### Instructions to follow:
Go through the listing below and say how many lines include "IFCRELVOIDSELEMENT". Give the number by itself.

### Data for processing:
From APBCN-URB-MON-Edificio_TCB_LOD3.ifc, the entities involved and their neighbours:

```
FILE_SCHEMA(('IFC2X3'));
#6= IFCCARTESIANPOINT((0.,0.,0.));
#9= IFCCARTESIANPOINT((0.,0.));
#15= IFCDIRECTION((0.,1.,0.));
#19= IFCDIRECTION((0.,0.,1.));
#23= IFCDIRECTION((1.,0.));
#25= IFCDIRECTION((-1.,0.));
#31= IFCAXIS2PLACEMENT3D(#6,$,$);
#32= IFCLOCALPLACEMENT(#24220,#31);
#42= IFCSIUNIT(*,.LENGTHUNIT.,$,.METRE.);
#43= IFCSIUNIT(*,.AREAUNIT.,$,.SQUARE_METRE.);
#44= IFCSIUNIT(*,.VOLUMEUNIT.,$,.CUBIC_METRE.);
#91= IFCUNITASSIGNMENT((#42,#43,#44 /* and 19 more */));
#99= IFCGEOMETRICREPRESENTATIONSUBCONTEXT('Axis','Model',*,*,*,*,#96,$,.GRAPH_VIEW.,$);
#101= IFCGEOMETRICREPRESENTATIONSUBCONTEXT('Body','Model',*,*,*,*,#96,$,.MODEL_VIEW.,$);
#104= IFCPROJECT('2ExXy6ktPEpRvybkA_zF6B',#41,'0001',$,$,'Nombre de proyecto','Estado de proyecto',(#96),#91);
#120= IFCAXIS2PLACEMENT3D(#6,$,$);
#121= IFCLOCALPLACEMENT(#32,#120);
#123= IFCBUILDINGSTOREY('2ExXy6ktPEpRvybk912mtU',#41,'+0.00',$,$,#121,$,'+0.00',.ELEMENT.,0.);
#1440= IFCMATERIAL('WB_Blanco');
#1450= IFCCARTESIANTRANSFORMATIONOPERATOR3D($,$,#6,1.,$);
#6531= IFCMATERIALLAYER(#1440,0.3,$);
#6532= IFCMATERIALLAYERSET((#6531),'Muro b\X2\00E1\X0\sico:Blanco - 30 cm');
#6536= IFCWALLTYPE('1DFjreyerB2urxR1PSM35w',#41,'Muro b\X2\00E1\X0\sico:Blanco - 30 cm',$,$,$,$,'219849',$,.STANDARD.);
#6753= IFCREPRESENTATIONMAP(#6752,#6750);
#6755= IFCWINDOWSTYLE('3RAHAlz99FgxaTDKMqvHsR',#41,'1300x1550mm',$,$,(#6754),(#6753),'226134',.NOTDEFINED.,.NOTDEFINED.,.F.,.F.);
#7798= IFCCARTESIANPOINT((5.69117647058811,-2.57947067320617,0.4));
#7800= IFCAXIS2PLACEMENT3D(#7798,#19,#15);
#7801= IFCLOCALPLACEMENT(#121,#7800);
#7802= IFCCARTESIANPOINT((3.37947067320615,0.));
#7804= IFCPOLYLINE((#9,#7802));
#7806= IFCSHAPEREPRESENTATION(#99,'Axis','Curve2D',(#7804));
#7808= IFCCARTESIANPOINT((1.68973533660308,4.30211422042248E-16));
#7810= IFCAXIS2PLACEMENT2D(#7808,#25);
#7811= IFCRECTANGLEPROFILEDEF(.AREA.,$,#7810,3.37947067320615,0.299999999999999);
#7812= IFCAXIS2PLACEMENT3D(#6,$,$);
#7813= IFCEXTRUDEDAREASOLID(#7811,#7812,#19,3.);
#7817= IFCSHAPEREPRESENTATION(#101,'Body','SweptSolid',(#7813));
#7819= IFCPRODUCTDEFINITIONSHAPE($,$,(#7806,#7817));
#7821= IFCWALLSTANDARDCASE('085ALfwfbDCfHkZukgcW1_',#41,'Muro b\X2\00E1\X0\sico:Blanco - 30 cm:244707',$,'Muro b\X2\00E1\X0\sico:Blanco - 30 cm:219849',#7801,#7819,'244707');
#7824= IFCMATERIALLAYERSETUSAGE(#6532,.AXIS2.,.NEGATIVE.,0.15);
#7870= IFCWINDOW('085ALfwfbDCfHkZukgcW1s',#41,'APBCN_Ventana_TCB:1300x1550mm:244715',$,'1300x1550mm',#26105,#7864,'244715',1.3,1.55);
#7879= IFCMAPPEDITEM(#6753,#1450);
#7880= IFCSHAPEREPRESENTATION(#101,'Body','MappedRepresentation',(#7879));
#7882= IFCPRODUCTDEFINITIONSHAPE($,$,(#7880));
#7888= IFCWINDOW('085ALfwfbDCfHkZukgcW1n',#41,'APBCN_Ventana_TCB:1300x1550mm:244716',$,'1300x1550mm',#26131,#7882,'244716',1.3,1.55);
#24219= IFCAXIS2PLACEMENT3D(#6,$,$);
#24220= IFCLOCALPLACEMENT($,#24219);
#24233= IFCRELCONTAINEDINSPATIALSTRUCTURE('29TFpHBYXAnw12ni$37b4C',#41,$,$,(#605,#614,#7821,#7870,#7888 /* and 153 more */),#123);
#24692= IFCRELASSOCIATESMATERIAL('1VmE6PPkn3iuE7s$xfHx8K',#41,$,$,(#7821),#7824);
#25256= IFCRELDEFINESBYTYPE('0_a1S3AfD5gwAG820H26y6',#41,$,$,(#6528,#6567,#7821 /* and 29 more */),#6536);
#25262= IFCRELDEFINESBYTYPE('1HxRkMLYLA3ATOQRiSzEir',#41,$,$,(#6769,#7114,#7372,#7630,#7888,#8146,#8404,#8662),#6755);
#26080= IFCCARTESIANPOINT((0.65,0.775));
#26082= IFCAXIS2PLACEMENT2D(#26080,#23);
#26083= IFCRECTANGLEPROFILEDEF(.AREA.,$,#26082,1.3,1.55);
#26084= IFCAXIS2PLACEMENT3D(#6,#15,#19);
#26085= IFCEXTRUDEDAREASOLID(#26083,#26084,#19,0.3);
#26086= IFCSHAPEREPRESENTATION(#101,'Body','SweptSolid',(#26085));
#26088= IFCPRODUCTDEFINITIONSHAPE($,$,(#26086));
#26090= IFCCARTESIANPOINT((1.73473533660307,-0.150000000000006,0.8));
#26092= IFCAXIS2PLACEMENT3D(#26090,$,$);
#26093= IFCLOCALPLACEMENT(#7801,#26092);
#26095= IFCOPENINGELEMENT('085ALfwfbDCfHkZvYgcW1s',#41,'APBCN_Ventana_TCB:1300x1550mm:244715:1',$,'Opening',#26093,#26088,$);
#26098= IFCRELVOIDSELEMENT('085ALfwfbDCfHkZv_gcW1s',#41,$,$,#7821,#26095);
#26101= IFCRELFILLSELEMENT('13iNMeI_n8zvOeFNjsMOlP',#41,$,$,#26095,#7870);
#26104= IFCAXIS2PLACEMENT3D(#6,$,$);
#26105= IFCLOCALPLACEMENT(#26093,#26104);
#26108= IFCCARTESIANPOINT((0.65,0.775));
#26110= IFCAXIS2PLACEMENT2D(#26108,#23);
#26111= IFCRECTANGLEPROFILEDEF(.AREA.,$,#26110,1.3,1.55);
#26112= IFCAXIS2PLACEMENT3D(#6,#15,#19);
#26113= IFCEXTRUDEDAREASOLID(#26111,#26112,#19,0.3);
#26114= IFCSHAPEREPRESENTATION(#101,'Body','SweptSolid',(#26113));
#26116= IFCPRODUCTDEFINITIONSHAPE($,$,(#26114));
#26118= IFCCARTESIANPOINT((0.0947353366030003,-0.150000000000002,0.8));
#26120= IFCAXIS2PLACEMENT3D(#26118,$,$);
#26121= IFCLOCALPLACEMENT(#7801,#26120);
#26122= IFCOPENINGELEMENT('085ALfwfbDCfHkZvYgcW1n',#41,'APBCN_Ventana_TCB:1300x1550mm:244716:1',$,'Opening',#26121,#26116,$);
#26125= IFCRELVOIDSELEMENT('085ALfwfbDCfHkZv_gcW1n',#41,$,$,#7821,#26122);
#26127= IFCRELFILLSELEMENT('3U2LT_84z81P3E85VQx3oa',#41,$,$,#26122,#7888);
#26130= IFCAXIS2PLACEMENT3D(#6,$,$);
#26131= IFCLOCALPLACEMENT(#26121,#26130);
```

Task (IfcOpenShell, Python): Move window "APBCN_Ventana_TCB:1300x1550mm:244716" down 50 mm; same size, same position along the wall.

```python
import numpy as np
import ifcopenshell
import ifcopenshell.api.geometry
import ifcopenshell.util.placement
import ifcopenshell.util.unit

model = ifcopenshell.open("APBCN-URB-MON-Edificio_TCB_LOD3.ifc")
unit_scale = ifcopenshell.util.unit.calculate_unit_scale(model)

window = model.by_guid("085ALfwfbDCfHkZukgcW1n")
opening = window.FillsVoids[0].RelatingOpeningElement
dz = -0.05 / unit_scale

shift = np.array([0.0, 0.0, dz])
# The window is placed relative to its opening, so it follows when the opening moves.
matrix = ifcopenshell.util.placement.get_local_placement(opening.ObjectPlacement)
matrix[:3, 3] += shift
ifcopenshell.api.geometry.edit_object_placement(
    model, product=opening, matrix=matrix, is_si=False, should_transform_children=True
)

print(f"moved by {dz * unit_scale:+.3f} m")

model.write("APBCN-URB-MON-Edificio_TCB_LOD3_updated.ifc")
```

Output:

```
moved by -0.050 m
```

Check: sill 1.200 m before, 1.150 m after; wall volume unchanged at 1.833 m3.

### Result below:
2